USP9Xは男女で構成の違うX染色体上に位置しており、この遺伝子に変化が生じた場合は男女で症状が異なり、今回は主に女性患者さんの症状について記載しています。2014年、女性のUSP9X遺伝子異常症（以下はMRXF99と記載します）の患者さんが初めて報告されました（男性は2009年）。現在まで、世界中で50例程度報告されています。

　この体質を持つ方では成長や発達、からだつきの特徴など、いくつかの注意した方がよい症状が知られています。以下の症状は限られた報告をもとにまとめられたものであり、起こりうるすべての症状を網羅している訳ではありません。また、同じ体質を持つ方でも、症状の種類や重さには個人差があることが知られており、すべての症状を必ず持つとは限りません。想定される症状について先回りして検査しておく必要があるのか、みられた症状が体質と関係したものかどうか判断する際の目安となるものです。

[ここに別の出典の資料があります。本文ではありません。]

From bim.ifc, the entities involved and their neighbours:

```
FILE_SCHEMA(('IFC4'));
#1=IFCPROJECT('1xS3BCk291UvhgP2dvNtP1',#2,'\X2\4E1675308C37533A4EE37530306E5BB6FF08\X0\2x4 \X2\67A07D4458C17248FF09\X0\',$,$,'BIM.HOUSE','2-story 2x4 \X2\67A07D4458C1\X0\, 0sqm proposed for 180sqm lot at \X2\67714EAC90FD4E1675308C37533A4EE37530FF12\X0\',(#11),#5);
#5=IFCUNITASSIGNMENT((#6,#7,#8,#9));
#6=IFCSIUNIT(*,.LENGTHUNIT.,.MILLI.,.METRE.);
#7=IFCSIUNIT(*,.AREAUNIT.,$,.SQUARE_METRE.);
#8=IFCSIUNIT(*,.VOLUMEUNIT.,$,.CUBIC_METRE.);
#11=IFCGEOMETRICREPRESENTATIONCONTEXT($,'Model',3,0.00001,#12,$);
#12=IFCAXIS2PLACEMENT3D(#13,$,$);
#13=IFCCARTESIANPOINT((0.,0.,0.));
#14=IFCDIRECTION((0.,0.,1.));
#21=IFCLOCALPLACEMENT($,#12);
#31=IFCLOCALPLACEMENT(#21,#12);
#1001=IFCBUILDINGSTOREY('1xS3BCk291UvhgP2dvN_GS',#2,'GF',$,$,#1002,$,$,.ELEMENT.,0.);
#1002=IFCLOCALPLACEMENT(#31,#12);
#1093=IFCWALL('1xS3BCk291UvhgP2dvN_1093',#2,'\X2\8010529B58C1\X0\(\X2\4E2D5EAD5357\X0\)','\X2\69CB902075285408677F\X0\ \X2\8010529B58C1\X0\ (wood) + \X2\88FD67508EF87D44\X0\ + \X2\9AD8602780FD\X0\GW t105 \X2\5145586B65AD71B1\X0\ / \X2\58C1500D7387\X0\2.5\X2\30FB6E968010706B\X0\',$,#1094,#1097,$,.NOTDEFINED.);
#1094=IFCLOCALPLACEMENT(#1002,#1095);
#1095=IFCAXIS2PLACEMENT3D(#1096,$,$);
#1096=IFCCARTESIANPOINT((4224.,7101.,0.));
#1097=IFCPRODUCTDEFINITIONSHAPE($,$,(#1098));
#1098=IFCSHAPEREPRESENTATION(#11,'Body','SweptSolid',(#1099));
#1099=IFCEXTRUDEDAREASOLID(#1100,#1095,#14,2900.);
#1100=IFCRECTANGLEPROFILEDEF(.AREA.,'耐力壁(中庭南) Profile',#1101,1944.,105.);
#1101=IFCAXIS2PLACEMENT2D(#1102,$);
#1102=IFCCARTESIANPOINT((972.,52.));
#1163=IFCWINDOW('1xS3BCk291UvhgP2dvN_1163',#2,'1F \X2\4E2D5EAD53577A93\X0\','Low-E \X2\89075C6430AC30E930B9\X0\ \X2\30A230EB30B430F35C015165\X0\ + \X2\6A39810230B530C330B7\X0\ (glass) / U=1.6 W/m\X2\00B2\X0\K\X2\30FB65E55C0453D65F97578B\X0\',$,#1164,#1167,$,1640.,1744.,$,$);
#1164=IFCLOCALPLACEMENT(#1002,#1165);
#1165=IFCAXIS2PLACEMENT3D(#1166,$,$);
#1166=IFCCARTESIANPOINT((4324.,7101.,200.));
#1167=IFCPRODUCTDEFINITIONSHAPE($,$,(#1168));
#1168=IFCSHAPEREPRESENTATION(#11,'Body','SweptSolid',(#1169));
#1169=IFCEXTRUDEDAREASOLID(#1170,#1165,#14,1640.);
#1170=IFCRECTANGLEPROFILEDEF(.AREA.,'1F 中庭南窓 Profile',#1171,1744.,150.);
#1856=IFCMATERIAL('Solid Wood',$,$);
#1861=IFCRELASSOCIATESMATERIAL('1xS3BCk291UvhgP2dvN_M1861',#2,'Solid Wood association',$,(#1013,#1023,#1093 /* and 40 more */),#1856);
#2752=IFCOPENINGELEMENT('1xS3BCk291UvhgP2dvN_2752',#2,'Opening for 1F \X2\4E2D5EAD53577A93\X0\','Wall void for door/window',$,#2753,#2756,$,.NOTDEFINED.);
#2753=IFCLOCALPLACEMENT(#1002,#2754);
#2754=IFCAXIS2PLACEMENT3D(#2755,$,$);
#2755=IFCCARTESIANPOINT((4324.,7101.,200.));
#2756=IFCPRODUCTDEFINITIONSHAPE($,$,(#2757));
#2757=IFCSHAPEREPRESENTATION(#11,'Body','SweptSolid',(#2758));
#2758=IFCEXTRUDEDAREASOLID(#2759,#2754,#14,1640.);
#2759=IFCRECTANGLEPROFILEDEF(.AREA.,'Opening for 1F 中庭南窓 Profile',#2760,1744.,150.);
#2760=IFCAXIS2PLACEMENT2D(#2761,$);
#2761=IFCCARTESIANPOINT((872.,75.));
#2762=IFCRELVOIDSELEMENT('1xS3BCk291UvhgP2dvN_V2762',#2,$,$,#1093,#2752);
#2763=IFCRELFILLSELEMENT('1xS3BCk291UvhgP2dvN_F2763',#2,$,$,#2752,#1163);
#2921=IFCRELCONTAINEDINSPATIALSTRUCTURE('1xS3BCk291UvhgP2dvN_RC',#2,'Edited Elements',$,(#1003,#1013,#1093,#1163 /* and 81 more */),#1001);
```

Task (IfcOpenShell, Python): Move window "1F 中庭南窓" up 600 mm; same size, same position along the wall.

```python
import numpy as np
import ifcopenshell
import ifcopenshell.api.geometry
import ifcopenshell.util.placement
import ifcopenshell.util.unit

model = ifcopenshell.open("bim.ifc")
unit_scale = ifcopenshell.util.unit.calculate_unit_scale(model)

window = model.by_id(1163)
opening = window.FillsVoids[0].RelatingOpeningElement
dz = 600.0

shift = np.array([0.0, 0.0, dz])
# The window is not placed relative to its opening, so move both.
for product in (opening, window):
    matrix = ifcopenshell.util.placement.get_local_placement(product.ObjectPlacement)
    matrix[:3, 3] += shift
    ifcopenshell.api.geometry.edit_object_placement(model, product=product, matrix=matrix, is_si=False)

print(f"moved by {dz * unit_scale:+.3f} m")

model.write("bim_v2.ifc")
```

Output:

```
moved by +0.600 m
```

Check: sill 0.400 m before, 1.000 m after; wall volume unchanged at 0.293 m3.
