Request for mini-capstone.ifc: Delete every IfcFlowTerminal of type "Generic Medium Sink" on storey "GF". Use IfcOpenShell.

First a look at what the model holds.

```python
import ifcopenshell
import ifcopenshell.util.element

model = ifcopenshell.open("mini-capstone.ifc")
print(model.schema)
storey = next(s for s in model.by_type("IfcBuildingStorey") if s.Name == "GF")
terminals = [e for e in ifcopenshell.util.element.get_decomposition(storey) if e.is_a("IfcFlowTerminal")]
seen = {}
for e in terminals:
    element_type = ifcopenshell.util.element.get_type(e)
    name = element_type.Name if element_type not in (None, e) else None
    seen[name] = seen.get(name, 0) + 1
for name, count in sorted(seen.items(), key=str):
    print(count, "x", name)
```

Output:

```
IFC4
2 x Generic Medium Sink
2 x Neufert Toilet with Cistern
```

```python
import ifcopenshell
import ifcopenshell.api.root
import ifcopenshell.util.element

model = ifcopenshell.open("mini-capstone.ifc")

storey = next(s for s in model.by_type("IfcBuildingStorey") if s.Name == "GF")
terminals = [e for e in ifcopenshell.util.element.get_decomposition(storey) if e.is_a("IfcFlowTerminal")]
targets = [e for e in terminals if (t := ifcopenshell.util.element.get_type(e)) not in (None, e) and t.Name == "Generic Medium Sink"]

for e in targets:
    ifcopenshell.api.root.remove_product(model, product=e)
print(len(targets), "removed")

model.write("mini-capstone_edited.ifc")
```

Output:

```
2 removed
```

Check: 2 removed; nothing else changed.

　この体質は男女で構成の違うX染色体（女性：X染色体が２本、男性：X染色体とY染色体が1本ずつ）に関連したX連鎖遺伝というパターンで伝わることが知られています。MRXF99では女性の片方のX染色体が変化を持った場合に症状が出現し、男性のX染色体が違いを持っていた場合は非常に重症となり産まれてくることが難しいようです。USP9X遺伝子異常症は、ほとんどの症例で新生変異（精子や卵子が作られる過程で偶然おきた遺伝子の変化）によるものであり、誰のせいでもありません。この場合、次子再発率（同じ体質をもつお子さんを妊娠ごとに授かる確率）は、一般頻度と同じ程度と考えられます。ただし、患者さんの母親の中にはお子さんと同じ遺伝子の違いを持っているものの症状を持たない方が数%いると報告されています。この場合、次のお子さんに違いを持った遺伝子が伝わる可能性は50%となります。また、MRXF99の体質を持つ方は50%の確率で違いを持った遺伝子がお子さんに伝わりますが、症状の程度は症例・性別により様々です。
　遺伝に関するお話を希望される方は、遺伝カウンセリングにて対応できますので、ご相談ください。

　現在のところ（2023年8月）、活動している家族会はありません。
　小児慢性特定疾病、指定難病（先天異常症候群）には指定されていません。合併している症状や、その程度に応じて療育手帳などによるサポートを受けることができる可能性があります。社会資源の活用については担当医にご確認ください。